Избранные работы по истории культуры - Клайв Стейплз Льюис
Шрифт:
Интервал:
Закладка:
…и в черед свой каждое древо
Счастье находит в любви; друг ко другу склоняются пальмы,
Тополь вздыхает по тополю, нежно касаясь листвою,
И по платану платан, ольха по ольхе воздыхает[215].
Два фонтана, сладкий и горький, бьют в этом саду, а живут там Любови (Amores), Страх (Metus) и Наслаждение (Voluptas). Юность (Juventas) тоже здесь, а для Старости (Senium) сад заперт.[216] Во всей этой картине исследователь средневековой аллегории может различить первый абрис того, что ему хорошо известно. Два фонтана можно сравнить с фонтаном Андрея Капеллана, сладким и благодатным у истока, но замерзающим и ядовитым, когда достигает пределов Humiditas. Огороженный сад или парк предвосхищает пейзаж «Романа о Розе»; и так же, как в «Романе», Юность внутри сада, а Старость — снаружи. Но не только по этой причине я процитировал последний отрывок. Я охотно покажу, как только это станет возможно, что падение богов от божества к идее, от идеи — к элементу украшения не было (ни для них, ни для нас) только лишь потерей. Без украшения нет романа. Поэт, не стесненный границами возможного, волен изобретать загадочные и прекрасные страны ради них самих. Я не хочу сказать, что Клавдиан — романтик. Вопрос не столько в том, что значило все это для него, когда он писал, сколько в том, что оно значило для последующих поколений и чему мостило дорогу. Под прикрытием аллегории незаметно прокрадывалось что‑то еще, настолько важное, что сад «Романа о Розе» сам по себе — только одно из мимолетных его воплощений; то, что под множеством имен таится за всей поэзией романтизма. Я имею в виду «мир иной» не религии, а воображения; желанный край, земной рай, сад к востоку от Солнца и к западу от Луны. В то самое время, когда боги и их жилища, бледнея, превращались в декорацию мифологических поэм, мы улавливаем проблеск новой жизни и новой обители, которую находит для них поэзия.

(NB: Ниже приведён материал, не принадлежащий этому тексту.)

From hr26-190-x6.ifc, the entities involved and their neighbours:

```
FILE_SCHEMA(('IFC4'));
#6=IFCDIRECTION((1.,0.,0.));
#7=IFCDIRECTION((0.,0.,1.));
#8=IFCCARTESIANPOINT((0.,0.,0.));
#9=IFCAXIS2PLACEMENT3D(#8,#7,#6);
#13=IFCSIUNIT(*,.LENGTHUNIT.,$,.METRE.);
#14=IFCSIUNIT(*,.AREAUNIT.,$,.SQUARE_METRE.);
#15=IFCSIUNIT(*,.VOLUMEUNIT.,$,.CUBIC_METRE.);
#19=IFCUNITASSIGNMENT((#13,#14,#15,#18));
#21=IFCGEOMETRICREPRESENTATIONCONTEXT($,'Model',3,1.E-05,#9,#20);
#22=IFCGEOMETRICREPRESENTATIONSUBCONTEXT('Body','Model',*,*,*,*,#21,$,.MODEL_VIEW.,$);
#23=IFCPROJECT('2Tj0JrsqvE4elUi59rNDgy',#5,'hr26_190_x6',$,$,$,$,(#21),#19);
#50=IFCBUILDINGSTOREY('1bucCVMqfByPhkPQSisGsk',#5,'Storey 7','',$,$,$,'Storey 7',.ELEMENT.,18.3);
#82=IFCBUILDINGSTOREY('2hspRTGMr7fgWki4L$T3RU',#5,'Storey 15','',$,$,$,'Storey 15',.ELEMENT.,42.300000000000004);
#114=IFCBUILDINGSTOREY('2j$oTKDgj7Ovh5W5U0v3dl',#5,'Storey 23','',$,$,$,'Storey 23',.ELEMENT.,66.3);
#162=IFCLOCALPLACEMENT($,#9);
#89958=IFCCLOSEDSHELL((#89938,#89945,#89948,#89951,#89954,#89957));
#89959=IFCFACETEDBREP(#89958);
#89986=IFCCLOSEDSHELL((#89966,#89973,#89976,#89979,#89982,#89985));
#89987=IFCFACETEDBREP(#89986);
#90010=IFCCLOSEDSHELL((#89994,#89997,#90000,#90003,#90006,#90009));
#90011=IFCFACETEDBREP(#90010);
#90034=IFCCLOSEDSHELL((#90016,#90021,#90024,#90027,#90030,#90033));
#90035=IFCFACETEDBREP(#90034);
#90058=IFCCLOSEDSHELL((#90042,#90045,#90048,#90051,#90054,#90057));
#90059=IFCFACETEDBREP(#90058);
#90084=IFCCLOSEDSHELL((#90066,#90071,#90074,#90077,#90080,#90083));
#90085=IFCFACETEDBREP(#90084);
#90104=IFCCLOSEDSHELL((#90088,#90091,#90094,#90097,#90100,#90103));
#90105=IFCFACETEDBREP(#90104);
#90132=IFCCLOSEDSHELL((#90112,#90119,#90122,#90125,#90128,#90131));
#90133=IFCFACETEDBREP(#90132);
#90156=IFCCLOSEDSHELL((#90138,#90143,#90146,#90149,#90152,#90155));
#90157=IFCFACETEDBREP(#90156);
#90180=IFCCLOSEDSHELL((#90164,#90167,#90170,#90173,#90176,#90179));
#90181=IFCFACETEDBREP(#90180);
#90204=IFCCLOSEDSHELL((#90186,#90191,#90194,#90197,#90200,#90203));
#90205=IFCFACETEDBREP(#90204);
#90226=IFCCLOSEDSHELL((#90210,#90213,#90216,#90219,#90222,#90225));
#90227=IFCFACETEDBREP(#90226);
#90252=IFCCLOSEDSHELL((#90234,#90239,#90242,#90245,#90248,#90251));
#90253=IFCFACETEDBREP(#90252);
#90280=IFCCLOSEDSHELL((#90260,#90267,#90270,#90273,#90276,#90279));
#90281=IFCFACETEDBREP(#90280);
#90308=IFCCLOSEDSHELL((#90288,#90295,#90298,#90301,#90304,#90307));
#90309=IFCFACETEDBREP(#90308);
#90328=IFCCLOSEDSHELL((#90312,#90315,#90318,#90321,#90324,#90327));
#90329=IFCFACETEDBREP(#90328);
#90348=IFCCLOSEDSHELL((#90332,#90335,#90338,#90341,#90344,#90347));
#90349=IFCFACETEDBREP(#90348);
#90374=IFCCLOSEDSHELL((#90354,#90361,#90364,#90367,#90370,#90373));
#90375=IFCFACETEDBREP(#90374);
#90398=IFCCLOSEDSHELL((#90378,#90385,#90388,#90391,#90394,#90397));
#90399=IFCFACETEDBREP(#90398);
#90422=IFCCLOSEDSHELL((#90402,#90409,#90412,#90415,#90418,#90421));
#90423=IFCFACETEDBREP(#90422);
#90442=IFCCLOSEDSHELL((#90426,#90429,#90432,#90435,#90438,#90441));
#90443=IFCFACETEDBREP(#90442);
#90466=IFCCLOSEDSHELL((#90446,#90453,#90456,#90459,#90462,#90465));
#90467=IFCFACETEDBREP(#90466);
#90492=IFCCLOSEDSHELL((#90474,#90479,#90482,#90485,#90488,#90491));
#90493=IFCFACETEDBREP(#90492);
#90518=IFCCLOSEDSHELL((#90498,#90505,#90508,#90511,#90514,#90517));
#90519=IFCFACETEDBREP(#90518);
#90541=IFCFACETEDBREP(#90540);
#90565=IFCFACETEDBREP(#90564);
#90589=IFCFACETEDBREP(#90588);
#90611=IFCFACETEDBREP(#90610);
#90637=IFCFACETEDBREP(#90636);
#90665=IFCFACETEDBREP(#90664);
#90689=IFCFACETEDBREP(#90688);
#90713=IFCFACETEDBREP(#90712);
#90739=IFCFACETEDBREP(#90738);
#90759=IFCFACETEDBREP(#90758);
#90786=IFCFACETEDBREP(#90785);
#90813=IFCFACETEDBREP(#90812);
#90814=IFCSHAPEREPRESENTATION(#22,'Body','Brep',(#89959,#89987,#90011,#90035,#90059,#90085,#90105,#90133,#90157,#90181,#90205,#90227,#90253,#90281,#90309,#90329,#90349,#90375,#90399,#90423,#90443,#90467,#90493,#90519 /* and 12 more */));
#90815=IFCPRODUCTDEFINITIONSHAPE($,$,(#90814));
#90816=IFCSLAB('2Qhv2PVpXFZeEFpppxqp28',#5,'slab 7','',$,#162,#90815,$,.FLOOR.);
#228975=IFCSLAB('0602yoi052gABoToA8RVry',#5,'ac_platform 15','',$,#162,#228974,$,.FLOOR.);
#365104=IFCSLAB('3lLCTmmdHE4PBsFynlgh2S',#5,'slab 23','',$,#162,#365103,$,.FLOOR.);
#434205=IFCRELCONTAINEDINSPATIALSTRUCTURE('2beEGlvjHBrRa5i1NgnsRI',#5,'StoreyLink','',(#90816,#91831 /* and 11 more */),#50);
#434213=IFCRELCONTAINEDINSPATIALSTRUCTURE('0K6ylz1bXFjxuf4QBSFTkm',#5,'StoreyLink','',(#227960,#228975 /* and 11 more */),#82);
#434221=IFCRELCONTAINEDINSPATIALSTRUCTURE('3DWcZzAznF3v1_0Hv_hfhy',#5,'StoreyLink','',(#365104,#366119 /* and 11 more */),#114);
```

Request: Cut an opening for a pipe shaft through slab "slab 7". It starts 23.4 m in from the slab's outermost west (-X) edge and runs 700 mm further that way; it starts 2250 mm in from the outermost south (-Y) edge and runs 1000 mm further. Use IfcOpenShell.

```python
import numpy as np
import ifcopenshell
import ifcopenshell.api.feature
import ifcopenshell.api.geometry
import ifcopenshell.api.root
import ifcopenshell.geom
import ifcopenshell.util.placement
import ifcopenshell.util.representation
import ifcopenshell.util.shape
import ifcopenshell.util.unit

model = ifcopenshell.open("hr26-190-x6.ifc")
unit_scale = ifcopenshell.util.unit.calculate_unit_scale(model)
settings = ifcopenshell.geom.settings()


def volume(element):
    """Net volume in cubic metres, openings subtracted."""
    shape = ifcopenshell.geom.create_shape(settings, element)
    return ifcopenshell.util.shape.get_volume(shape.geometry)


slab = model.by_guid("2Qhv2PVpXFZeEFpppxqp28")
before = volume(slab)

# Extent in the slab's own axes, in metres. The edges named are its -X and -Y sides.
slab_shape = ifcopenshell.geom.create_shape(settings, slab)
vertices = ifcopenshell.util.shape.get_vertices(slab_shape.geometry)
x_min, y_min, bottom = vertices.min(axis=0)
top = vertices[:, 2].max()

opening = ifcopenshell.api.root.create_entity(model, ifc_class="IfcOpeningElement", name="Pipe shaft opening", predefined_type="OPENING")
context = ifcopenshell.util.representation.get_context(model, "Model", "Body", "MODEL_VIEW")
width, depth = 0.7, 1
outline = [(0.0, 0.0), (width, 0.0), (width, depth), (0.0, depth), (0.0, 0.0)]
# Overshoot both faces by 50 mm so the cut is clean.
shape = ifcopenshell.api.geometry.add_slab_representation(
    model, context=context, depth=top - bottom + 0.1, polyline=outline
)
ifcopenshell.api.geometry.assign_representation(model, product=opening, representation=shape)

matrix = ifcopenshell.util.placement.get_local_placement(slab.ObjectPlacement)
matrix[:, 3] = matrix @ np.append(np.array([x_min + 23.4, y_min + 2.25, bottom - 0.05]) / unit_scale, 1.0)
ifcopenshell.api.geometry.edit_object_placement(model, product=opening, matrix=matrix, is_si=False)
ifcopenshell.api.feature.add_feature(model, feature=opening, element=slab)

after = volume(slab)

print(f"slab volume {before:.3f} -> {after:.3f} m3")

model.write("hr26-190-x6_rev.ifc")
```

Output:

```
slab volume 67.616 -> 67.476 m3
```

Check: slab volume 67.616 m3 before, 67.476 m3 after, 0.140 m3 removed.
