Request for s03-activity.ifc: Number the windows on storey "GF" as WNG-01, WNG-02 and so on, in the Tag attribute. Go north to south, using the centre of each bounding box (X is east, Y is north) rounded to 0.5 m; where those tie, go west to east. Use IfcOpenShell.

First a look at what the model holds.

```python
import ifcopenshell
import ifcopenshell.util.element
import ifcopenshell.util.placement

model = ifcopenshell.open("s03-activity.ifc")
print(model.schema)
storey = next(s for s in model.by_type("IfcBuildingStorey") if s.Name == "GF")
windows = [e for e in ifcopenshell.util.element.get_decomposition(storey) if e.is_a("IfcWindow")]
for e in sorted(windows, key=lambda e: e.id()):
    origin = ifcopenshell.util.placement.get_local_placement(e.ObjectPlacement)[:3, 3]
    print(e.id(), e.Tag, e.Name, origin.round(2) + 0.0, sep=" | ")
```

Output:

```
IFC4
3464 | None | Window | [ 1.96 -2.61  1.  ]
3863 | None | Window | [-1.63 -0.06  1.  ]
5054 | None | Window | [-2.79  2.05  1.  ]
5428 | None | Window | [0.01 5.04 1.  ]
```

```python
import ifcopenshell
import ifcopenshell.geom
import ifcopenshell.util.element
import ifcopenshell.util.shape

model = ifcopenshell.open("s03-activity.ifc")
settings = ifcopenshell.geom.settings()
settings.set("use-world-coords", True)


def centre(element):
    shape = ifcopenshell.geom.create_shape(settings, element)
    return ifcopenshell.util.shape.get_bbox_centroid(shape.geometry)


storey = next(s for s in model.by_type("IfcBuildingStorey") if s.Name == "GF")
windows = [e for e in ifcopenshell.util.element.get_decomposition(storey) if e.is_a("IfcWindow")]

# Insertion points can sit at a corner or the storey origin, so sort by the geometry (in metres).
centres = {e: centre(e) for e in windows}
windows.sort(key=lambda e: (-round(centres[e][1] / 0.5), centres[e][0]))

for i, e in enumerate(windows, start=1):
    number = f"WNG-{i:02d}"
    e.Tag = number
    print(e.id(), number)

model.write("s03-activity_v2.ifc")
```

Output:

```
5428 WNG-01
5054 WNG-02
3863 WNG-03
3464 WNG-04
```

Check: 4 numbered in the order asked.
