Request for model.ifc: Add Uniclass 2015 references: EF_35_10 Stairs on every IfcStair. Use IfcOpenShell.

First a look at what the model holds.

```python
import ifcopenshell

model = ifcopenshell.open("model.ifc")
print(model.schema)
print("classifications:", [c.Name for c in model.by_type("IfcClassification")])
for ifc_class in ("IfcDoor", "IfcRoof", "IfcStair", "IfcWall", "IfcWindow"):
    print(ifc_class, len(model.by_type(ifc_class)))
```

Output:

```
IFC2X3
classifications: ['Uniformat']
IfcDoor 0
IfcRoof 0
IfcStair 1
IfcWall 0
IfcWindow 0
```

```python
import ifcopenshell
import ifcopenshell.api.classification

model = ifcopenshell.open("model.ifc")

# IFC2X3 requires Source and Edition and has no link from the project to the system.
system = model.create_entity("IfcClassification", Source="NBS", Edition="2015", Name="Uniclass 2015")

codes = {
    "IfcStair": ("EF_35_10", "Stairs"),
}
for ifc_class, (code, name) in codes.items():
    products = model.by_type(ifc_class)
    ifcopenshell.api.classification.add_reference(
        model, products=products, classification=system, identification=code, name=name
    )
    print(code, len(products))

model.write("model_updated.ifc")
```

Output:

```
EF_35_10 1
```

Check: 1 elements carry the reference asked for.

Эта мысль — которая не может стать настолько ясной, чтобы избежать ошибочных толкований, — будет, надеюсь, все же немного яснее к концу главы. Сейчас обратимся к последователю Клавдиана в V веке, Сидонию Аполлинарию{217}. Здесь мы снова находим бесцельное буйство мифологических описаний. Здесь аллегория снова стала предлогом, без которого мифология едва ли могла бы попасть в поэму. Во многих отношениях Сидоний намного более средневековый поэт, чем Клавдиан. Изящество его стиля или то, что он считал изяществом, далеко от классических образцов. Иногда это серии каламбуров (glaucus, glance, venis или Phoebus ephebus)[218]{219}, иногда безвкусное удвоение примеров, предвосхищающее худшие пассажи Алана Лилльского[220]. Пещера, которую он отводит Венере (разумеется, в эпиталаме), блистает драгоценностями нестерпимо для глаза и предвосхищает такие жилища у Гевина Дугласа и ему подобных[221]. Мы находим даже типично средневековый мотив гордого юноши (Баярд–Троил), укрощаемого Венерой. «Мы празднуем, сынок, — говорит она, — твою победу над этим мятежником»[222]. Находим мы здесь и аллегорические «дома». У Паллады в «Эпиталаме Полемию и Аранеоле» их два. Один принадлежит ей как покровительнице разума, другой — как покровительнице рукоделия. Первый описан в выражениях, достойных Лидгейта:
Семеро вот мудрецов восседают всех прочих превыше,
Древний и славный исток любомудров чреды бесконечной…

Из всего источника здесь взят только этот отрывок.